Xiangkun Wu1, , Lihua Yan2, , Yongxi Liu1, , Lilin Shang1, ,

  • 1 Department of Orthopaedic Surgery, Nanyang Second People's Hospital, Nanyang 473000, Henan, China
  • 2 Department of Medical Oncology, Nanyang Second People's Hospital, Nanyang 473000, Henan, China

Received: February 3, 2020       Accepted: June 1, 2020       Published: December 19, 2020      

https://doi.org/10.18632/aging.103498
How to Cite

Copyright: © 2020 Wu et al. This is an open access article distributed under the terms of the Creative Commons Attribution License (CC BY 3.0), which permits unrestricted use, distribution, and reproduction in any medium, provided the original author and source are credited.

Abstract

Long non-coding RNAs (LncRNAs) play vital roles in the progression and development of tumors. However, the functional role of ROR1-AS1 in osteosarcoma has not been investigated. We found that ROR1-AS1 was upregulated in osteosarcoma tissues compared to non-tumor samples. Elevated expression of ROR1-AS1 promoted cyclin D1, PCNA and ki-67 expression and increased cell cycle and growth in MG-63 cell. Moreover, overexpression of ROR1-AS1 induced cell migration in MG-63 cell, promoting N-cadherin and vimentin expression and inhibiting E-cadherin expression. Dual-luciferase assay proved that ROR1-AS1 served as one sponge for miR-504 and ROR1-AS1 overexpression suppressed miR-504 expression in MG-63 cell. ROR1-AS1 expression was lower in osteosarcoma tissues compared to non-tumor samples. Pearson's correlation assay showed a negative correlation between miR-504 and ROR1-AS1 expression. MiR-504 overexpression partly abrogated ROR1-AS1-induced effects on osteosarcoma cell migration and proliferation. These data implied that ROR1-AS1 played as an oncogene and might be a new treatment target for osteosarcoma.

Introduction

Osteosarcoma was a common type of malignant bone tumor among young adults and teens and originated from specimen of osteoid bon [15]. Osteosarcoma is characterized by to high metastasis rate, Although several treatment advancements including postoperative chemotherapy and surgical resection have been attained, overall survival (OS) rate of osteosarcoma cases remains unsatisfactory due to recurrence and metastasis [610]. Until now, detailed role and mechanism of metastasis and oncogenesis remained unclear in osteosarcoma [11, 12]. Thus, it is vital to investigate the modulatory mechanism of osteosarcoma and seek new treatment strategies for this disease.
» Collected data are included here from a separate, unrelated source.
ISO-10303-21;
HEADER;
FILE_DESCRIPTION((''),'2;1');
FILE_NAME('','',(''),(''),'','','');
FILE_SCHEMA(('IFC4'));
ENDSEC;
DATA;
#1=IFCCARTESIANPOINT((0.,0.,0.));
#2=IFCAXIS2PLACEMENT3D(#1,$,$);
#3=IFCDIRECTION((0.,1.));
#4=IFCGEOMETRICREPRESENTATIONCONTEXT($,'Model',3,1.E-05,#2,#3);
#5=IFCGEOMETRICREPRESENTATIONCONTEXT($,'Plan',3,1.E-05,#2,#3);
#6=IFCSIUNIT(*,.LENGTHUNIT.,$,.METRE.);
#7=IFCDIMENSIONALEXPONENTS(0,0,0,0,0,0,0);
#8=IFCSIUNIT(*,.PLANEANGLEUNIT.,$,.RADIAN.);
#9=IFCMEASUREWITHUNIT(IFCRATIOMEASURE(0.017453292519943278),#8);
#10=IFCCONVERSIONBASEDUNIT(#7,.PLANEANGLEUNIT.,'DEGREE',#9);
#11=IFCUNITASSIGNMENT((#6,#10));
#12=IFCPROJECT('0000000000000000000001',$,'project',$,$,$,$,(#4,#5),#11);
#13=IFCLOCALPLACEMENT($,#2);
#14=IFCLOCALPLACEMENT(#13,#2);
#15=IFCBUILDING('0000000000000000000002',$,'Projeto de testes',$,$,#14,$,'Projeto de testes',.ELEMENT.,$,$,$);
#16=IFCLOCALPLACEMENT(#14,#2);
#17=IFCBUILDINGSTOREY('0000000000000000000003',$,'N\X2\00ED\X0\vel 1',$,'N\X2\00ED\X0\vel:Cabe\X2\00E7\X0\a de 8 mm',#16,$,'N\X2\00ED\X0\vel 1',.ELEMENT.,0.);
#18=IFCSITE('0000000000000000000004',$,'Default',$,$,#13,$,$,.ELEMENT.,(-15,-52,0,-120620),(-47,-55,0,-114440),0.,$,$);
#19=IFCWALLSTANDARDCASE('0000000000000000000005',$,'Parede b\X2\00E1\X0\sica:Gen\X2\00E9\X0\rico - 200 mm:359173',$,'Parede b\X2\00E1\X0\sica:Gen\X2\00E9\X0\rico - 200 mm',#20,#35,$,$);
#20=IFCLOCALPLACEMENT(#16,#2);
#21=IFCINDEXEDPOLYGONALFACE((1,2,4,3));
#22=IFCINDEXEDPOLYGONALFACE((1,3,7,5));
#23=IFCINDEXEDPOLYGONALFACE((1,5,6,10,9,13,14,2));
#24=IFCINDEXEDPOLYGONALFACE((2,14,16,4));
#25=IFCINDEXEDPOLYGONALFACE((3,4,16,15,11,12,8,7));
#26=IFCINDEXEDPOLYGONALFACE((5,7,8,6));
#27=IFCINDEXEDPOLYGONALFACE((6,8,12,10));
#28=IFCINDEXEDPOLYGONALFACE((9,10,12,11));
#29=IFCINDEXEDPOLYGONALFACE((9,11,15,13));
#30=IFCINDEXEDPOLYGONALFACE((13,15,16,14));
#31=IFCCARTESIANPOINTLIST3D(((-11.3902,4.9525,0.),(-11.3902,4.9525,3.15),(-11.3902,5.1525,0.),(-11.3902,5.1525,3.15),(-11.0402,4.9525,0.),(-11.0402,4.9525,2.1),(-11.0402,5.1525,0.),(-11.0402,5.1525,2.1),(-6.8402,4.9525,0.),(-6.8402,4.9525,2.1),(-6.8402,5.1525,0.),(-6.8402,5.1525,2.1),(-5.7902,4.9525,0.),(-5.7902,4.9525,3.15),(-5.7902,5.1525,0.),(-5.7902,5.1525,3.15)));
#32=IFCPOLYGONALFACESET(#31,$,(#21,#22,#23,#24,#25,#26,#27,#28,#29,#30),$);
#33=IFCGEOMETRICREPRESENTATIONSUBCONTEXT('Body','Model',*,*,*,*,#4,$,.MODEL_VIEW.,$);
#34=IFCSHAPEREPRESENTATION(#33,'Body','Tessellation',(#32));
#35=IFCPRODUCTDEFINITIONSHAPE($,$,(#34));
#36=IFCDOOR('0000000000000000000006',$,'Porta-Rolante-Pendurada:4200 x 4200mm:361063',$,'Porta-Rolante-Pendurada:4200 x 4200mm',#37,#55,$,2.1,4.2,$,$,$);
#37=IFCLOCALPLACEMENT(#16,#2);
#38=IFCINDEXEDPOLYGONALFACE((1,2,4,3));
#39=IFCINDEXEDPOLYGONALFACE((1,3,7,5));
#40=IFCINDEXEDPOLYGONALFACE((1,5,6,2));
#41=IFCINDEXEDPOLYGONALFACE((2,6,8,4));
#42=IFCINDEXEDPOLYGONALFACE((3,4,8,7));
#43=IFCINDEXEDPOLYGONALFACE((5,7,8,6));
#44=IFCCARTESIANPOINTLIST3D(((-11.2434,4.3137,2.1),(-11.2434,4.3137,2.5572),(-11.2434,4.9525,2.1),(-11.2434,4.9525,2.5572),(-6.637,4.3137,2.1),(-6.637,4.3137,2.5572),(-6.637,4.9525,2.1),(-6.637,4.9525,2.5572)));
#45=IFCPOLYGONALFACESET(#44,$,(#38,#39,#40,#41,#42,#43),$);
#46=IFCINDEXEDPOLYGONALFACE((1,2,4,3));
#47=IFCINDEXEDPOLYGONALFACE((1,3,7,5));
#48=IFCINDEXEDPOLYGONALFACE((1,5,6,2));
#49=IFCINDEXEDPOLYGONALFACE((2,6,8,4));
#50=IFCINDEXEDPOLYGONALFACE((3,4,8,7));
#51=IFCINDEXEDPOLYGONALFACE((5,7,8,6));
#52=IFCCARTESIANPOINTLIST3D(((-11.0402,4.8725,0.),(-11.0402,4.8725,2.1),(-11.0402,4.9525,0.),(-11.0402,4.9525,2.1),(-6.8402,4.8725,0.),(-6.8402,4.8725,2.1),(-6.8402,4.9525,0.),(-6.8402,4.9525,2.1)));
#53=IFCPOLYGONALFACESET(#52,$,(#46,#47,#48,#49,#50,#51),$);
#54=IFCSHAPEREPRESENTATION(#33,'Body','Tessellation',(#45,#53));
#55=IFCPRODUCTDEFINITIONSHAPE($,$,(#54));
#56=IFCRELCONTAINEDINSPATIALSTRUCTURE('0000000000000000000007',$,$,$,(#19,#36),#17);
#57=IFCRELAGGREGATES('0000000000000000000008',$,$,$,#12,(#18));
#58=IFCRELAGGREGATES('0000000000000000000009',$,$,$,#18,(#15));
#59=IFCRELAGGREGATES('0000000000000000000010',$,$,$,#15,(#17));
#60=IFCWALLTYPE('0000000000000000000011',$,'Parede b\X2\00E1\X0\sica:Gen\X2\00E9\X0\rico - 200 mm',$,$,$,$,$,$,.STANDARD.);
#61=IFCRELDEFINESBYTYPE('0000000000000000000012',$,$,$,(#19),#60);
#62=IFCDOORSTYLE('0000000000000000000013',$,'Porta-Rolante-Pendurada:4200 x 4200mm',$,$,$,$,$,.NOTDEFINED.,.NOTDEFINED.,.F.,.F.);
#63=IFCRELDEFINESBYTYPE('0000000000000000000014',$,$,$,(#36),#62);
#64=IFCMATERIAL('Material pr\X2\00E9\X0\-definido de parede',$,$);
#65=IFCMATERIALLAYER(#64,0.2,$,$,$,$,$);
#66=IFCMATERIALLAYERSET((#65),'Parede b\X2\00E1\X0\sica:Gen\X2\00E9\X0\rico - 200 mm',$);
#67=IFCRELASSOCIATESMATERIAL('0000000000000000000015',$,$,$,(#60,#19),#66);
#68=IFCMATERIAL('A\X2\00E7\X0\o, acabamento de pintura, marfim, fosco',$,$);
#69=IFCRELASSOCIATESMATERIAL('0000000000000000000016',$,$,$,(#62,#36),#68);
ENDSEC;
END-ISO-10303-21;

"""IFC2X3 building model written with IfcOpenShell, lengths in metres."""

from ifc_helpers import new_model, entity, si_unit, converted_unit, direction, frame, frame_2d, origin, origin_2d_with_axis, place, context, subcontext, project, spatial, rectangle, extrude, source, transform, mapped, material, layer, layer_set, layer_usage, type_object, type_shapes, element, fill, save


model = new_model("IFC2X3")

# Units and contexts
model_context = context("Model", 3, precision=1e-05, world=origin(), true_north=direction((0.0, 1.0)))
plan_context = context("Plan", 3, precision=1e-05, world=origin(), true_north=direction((0.0, 1.0)))
body_context = subcontext(model_context, "Body", "Model", "MODEL_VIEW")
ifc_project = project(units=[si_unit("LENGTHUNIT", "METRE"), converted_unit("PLANEANGLEUNIT", "DEGREE", entity("IfcRatioMeasure", 0.017453292519943278), si_unit("PLANEANGLEUNIT", "RADIAN"), dimensions=[0, 0, 0, 0, 0, 0, 0])], contexts=[model_context, plan_context])

# Site, building, storey
site_placement = place(None, origin())
site = spatial("IfcSite", under=ifc_project, at=site_placement, Name="Default", CompositionType="ELEMENT", RefLatitude=(-15, -52, 0, -120620), RefLongitude=(-47, -55, 0, -114440), RefElevation=0.0)
building_placement = place(site_placement, origin())
building = spatial("IfcBuilding", under=site, at=building_placement, Name="Projeto de testes", LongName="Projeto de testes", CompositionType="ELEMENT")
storey_placement = place(building_placement, origin())
storey = spatial("IfcBuildingStorey", under=building, at=storey_placement, Name="Nível 1", ObjectType="Nível:Cabeça de 8 mm", LongName="Nível 1", CompositionType="ELEMENT", Elevation=0.0)

# Shared definitions
ifc_material_1 = material(Name="Material pré-definido de parede")
ifc_layer_1 = layer(ifc_material_1, 0.2)
ifc_layer_set_1 = layer_set([ifc_layer_1], Name="Parede básica:Genérico - 200 mm")
wall_type = type_object("IfcWallType", Name="Parede básica:Genérico - 200 mm", PredefinedType="STANDARD", material=ifc_layer_set_1)

# Shared definitions
ifc_layer_usage_1 = layer_usage(ifc_layer_set_1, "AXIS2", "NEGATIVE", 0.1)

# Wall, opening, door
wall_1_placement = place(storey_placement, frame((-5.7902, 5.0525, 0.0), z_axis=(0.0, 0.0, 1.0), x_axis=(-1.0, 0.0, 0.0)))
wall_1 = element("IfcWallStandardCase", 1, at=wall_1_placement, inside=storey, type_object=wall_type, material=ifc_layer_usage_1, Name="Parede básica:Genérico - 200 mm:359173", ObjectType="Parede básica:Genérico - 200 mm", context=body_context, shape_type="SweptSolid", body=[
    extrude(rectangle(XDim=5.6, YDim=0.2, at=frame_2d((2.8, 0.0), x_axis=(1.0, 0.0))), origin(), (0.0, 0.0, 1.0), 3.15),
])
opening_1_placement = place(wall_1_placement, frame((1.05, -0.1, 0.0)))
opening_1 = element("IfcOpeningElement", 2, at=opening_1_placement, cuts=wall_1, ObjectType="Opening", context=body_context, shape_type="SweptSolid", body=[
    extrude(rectangle(XDim=2.1, YDim=4.2, at=frame_2d((1.05, 2.1), x_axis=(1.0, 0.0))), frame((0.0, 0.0, 0.0), z_axis=(0.0, 1.0, 0.0), x_axis=(0.0, 0.0, 1.0)), (0.0, 0.0, 1.0), 0.2),
])
ifc_material_2 = material(Name="Aço, acabamento de pintura, marfim, fosco")
door_style_1 = type_object("IfcDoorStyle", Name="Porta-Rolante-Pendurada:4200 x 4200mm", ConstructionType="NOTDEFINED", OperationType="NOTDEFINED", ParameterTakesPrecedence=False, Sizeable=False, material=ifc_material_2)
shared_shape_1 = source(origin(), body_context, "Body", "SweptSolid", [
    extrude(rectangle(XDim=0.6388, YDim=4.6064, at=frame_2d((0.0, 0.0), x_axis=(1.0, 0.0))), frame((2.1, -0.3194, 2.1), z_axis=(0.0, 0.0, 1.0), x_axis=(0.0, 1.0, 0.0)), (0.0, 0.0, 1.0), 0.4572),
    extrude(rectangle(XDim=4.2, YDim=0.08, at=origin_2d_with_axis()), frame((2.1, -0.04, 0.0), z_axis=(0.0, 0.0, 1.0), x_axis=(-1.0, 0.0, 0.0)), (0.0, 0.0, 1.0), 2.1),
])
type_shapes(door_style_1, [shared_shape_1])
door_1_placement = place(opening_1_placement, frame((4.2, 0.2, 0.0), z_axis=(0.0, 0.0, 1.0), x_axis=(-1.0, 0.0, 0.0)))
door_1 = element("IfcDoor", 3, at=door_1_placement, inside=storey, type_object=door_style_1, material=ifc_material_2, Name="Porta-Rolante-Pendurada:4200 x 4200mm:361063", ObjectType="Porta-Rolante-Pendurada:4200 x 4200mm", OverallHeight=2.1, OverallWidth=4.2, context=body_context, shape_type="MappedRepresentation", body=[
    mapped(shared_shape_1, transform((0.0, 0.0, 0.0), scale=1.0)),
])
fill(opening_1, door_1)

save(model, "model.ifc")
Long non-coding RNAs (LncRNAs) are defined as one type of ncRNAs with the length of over 200 nts and have no ability or limited ability to code protein [1317]. Emerging references have observed that lncRNAs act as tumor suppressors or oncogenes in various tumors such as lymphoma, nasopharyngeal carcinoma, melanoma, glioma, cholangiocarcinoma, renal carcinoma and osteosarcoma [1823]. LncRNAs participate in many cellular activities including metabolism, differentiation, metastasis and invasion [2428]. LncRNA ROR1-AS1 was found to be overexpressed in nasopharyngeal carcinoma, colorectal tumor and bladder cancer [2934]. However, its role in osteosarcoma and its molecular biological mechanism remain uninvestigated.
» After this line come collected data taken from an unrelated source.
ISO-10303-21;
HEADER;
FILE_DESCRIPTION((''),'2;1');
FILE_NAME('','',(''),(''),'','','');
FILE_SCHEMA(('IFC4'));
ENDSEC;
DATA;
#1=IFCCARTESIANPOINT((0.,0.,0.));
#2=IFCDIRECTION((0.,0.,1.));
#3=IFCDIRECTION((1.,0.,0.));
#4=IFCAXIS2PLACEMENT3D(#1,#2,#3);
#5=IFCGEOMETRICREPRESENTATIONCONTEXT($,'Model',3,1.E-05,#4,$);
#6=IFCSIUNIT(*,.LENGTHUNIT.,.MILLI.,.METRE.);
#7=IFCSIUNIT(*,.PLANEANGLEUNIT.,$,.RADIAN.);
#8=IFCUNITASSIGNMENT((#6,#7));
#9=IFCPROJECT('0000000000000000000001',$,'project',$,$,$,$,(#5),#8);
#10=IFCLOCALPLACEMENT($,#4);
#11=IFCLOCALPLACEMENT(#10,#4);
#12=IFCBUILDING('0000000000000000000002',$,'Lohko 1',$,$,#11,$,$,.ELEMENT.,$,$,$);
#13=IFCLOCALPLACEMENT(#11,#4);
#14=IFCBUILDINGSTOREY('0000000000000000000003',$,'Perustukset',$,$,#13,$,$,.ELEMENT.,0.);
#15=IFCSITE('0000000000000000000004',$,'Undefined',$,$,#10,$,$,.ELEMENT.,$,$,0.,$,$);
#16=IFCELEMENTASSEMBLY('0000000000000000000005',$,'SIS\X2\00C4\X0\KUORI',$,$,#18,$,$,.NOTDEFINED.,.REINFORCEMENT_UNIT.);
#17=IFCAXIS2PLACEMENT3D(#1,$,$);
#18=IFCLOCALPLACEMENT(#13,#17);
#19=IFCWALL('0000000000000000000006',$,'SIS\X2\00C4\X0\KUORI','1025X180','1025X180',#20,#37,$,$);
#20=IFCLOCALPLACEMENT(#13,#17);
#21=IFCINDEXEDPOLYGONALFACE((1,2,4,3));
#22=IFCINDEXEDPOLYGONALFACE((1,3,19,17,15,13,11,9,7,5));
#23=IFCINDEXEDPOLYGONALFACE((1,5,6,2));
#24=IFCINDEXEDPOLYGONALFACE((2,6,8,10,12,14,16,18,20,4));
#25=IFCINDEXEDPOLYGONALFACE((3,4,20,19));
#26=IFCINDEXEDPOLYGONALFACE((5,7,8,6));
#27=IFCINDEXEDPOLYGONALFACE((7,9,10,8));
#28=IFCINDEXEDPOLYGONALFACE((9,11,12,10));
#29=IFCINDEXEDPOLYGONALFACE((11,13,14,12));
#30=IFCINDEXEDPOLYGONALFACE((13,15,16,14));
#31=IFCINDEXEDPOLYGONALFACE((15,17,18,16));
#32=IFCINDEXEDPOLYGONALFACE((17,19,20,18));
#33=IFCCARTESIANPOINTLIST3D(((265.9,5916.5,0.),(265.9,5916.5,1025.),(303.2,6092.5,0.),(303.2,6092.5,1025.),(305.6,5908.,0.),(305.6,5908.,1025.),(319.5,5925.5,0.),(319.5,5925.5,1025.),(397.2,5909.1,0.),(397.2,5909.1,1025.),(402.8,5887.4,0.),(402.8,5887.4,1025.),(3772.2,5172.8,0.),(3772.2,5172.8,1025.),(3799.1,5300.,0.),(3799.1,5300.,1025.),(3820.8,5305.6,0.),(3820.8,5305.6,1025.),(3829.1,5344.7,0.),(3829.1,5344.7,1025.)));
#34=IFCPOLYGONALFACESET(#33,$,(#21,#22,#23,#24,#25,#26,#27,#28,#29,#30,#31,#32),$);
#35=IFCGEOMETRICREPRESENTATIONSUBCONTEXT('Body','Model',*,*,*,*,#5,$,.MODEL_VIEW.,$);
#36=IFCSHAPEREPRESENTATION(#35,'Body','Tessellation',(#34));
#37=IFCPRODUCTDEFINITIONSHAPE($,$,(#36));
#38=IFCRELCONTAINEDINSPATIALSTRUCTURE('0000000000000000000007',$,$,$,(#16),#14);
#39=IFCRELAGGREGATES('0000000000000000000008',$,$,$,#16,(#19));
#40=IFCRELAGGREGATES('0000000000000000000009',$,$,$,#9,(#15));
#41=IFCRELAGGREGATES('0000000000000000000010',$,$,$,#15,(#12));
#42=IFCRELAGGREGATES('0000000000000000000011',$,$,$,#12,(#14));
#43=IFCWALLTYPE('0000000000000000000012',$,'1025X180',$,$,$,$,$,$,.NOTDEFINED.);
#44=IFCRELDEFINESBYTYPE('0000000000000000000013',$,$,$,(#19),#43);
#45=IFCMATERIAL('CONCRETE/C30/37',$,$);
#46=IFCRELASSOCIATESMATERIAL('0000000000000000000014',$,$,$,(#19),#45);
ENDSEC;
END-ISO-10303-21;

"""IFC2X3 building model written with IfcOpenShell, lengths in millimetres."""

from ifc_helpers import new_model, si_unit, frame, frame_2d, origin_with_axes, place, context, subcontext, project, spatial, polyline, rectangle, outline, extrude, boolean, material, type_object, element, aggregate, save


model = new_model("IFC2X3")

# Units and contexts
model_context = context("Model", 3, precision=1e-05, world=origin_with_axes())
body_context = subcontext(model_context, "Body", "Model", "MODEL_VIEW")
ifc_project = project(units=[si_unit("LENGTHUNIT", "METRE", prefix="MILLI"), si_unit("PLANEANGLEUNIT", "RADIAN")], contexts=[model_context])

# Site, building, storey
site_placement = place(None, origin_with_axes())
site = spatial("IfcSite", under=ifc_project, at=site_placement, Name="Undefined", CompositionType="ELEMENT", RefElevation=0.0)
building_placement = place(site_placement, origin_with_axes())
building = spatial("IfcBuilding", under=site, at=building_placement, Name="Lohko 1", CompositionType="ELEMENT")
storey_placement = place(building_placement, origin_with_axes())
storey = spatial("IfcBuildingStorey", under=building, at=storey_placement, Name="Perustukset", CompositionType="ELEMENT", Elevation=0.0)

# Element assembly, wall
assembly_placement = place(storey_placement, origin_with_axes())
assembly = element("IfcElementAssembly", 1, at=assembly_placement, inside=storey, Name="SISÄKUORI", AssemblyPlace="NOTDEFINED", PredefinedType="REINFORCEMENT_UNIT")
ifc_material_1 = material(Name="CONCRETE/C30/37")
wall_type = type_object("IfcWallType", Name="1025X180", PredefinedType="NOTDEFINED")
wall_placement = place(assembly_placement, frame((284.5, 6004.5, 0.0), z_axis=(0.0, 0.0, 1.0), x_axis=(0.97824, -0.207475, 0.0)))
wall = element("IfcWall", 2, at=wall_placement, type_object=wall_type, material=ifc_material_1, Name="SISÄKUORI", Description="1025X180", ObjectType="1025X180", context=body_context, shape_type="CSG", body=[
    boolean("DIFFERENCE", boolean("DIFFERENCE", extrude(rectangle(XDim=3604.3, YDim=180.0, at=frame_2d((0.0, 1802.1), x_axis=(0.0, -1.0))), frame((0.0, 0.0, 0.0), z_axis=(0.0, 0.0, 1.0), x_axis=(0.0, -1.0, 0.0)), (0.0, 0.0, 1.0), 1025.0), extrude(outline(polyline([(0.0, 0.0), (140.0, 0.0), (130.0, 20.0), (0.0, 20.0), (0.0, 0.0)])), frame((3604.3, -90.0, 0.0), z_axis=(0.0, 0.0, 1.0), x_axis=(0.0, 1.0, 0.0)), (0.0, 0.0, 1.0), 1025.0)), extrude(outline(polyline([(0.0, 0.0), (99.4, 0.0), (89.4, 20.0), (10.0, 20.0), (0.0, 0.0)])), frame((40.6, -90.0, 0.0), z_axis=(0.0, 0.0, 1.0), x_axis=(1.0, 0.0, 0.0)), (0.0, 0.0, 1.0), 1025.0)),
])
aggregate(assembly, [wall])

save(model, "model.ifc")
We studied the role of ROR1-AS1 in osteosarcoma and identified that ROR1-AS1 was upregulated in osteosarcoma tissues and cells. In addition, ROR1-AS1 overexpression promoted cell growth and migration in osteosarcoma.

Results

ROR1-AS1 expression level was upreguated in osteosarcoma tissues

RT-qPCR assay was carried out to measure ROR1-AS1 level in 35 samples. The detailed expression of ROR1-AS1 was shown in Figure 1A and Figure 1B. ROR1-AS1 level was upregulated in 21 cases (26/35, 74.2%) compared to non-tumor samples. Furthermore, ROR1-AS1 expression was higher in osteosarcoma tissues compared to non-tumor samples (Figure 1C).

ROR1-AS1 level in osteosarcoma tissues. (A) The detail expression of ROR1-AS1 of case 1-20 was shown. (B) The detail expression of ROR1-AS1 of case 21-35 was shown. (C) ROR1-AS1 was higher in osteosarcoma tissues compared to no-tumor samples.

Figure 1. ROR1-AS1 level in osteosarcoma tissues. (A) The detail expression of ROR1-AS1 of case 1-20 was shown. (B) The detail expression of ROR1-AS1 of case 21-35 was shown. (C) ROR1-AS1 was higher in osteosarcoma tissues compared to no-tumor samples.

ROR1-AS1 promoted cell proliferation in osteosarcoma cells

RT-qPCR showed that ROR1-AS1 expression level was upregulated in osteosarcoma cells (MG-63, U2OS and SAOS-2) compared to hFOB1.19 (Figure 2A). We selected MG-63 cell for function experiments. ROR1-AS1 was overexpressed in MG-63 cell after transfected with pcDNA-ROR1-AS1 (Figure 2B). ROR1-AS1 overexpression increased cell cycle in the MG-63 cell (Figure 2C). Elevated expression of ROR1-AS1 promoted cyclin D1 (Figure 2D), PCNA (Figure 2E) and ki-67 (Figure 2F) expression in MG-63 cell. Moreover, ROR1-AS1 overexpression induced cell proliferation in MG-63 cell (Figure 2G).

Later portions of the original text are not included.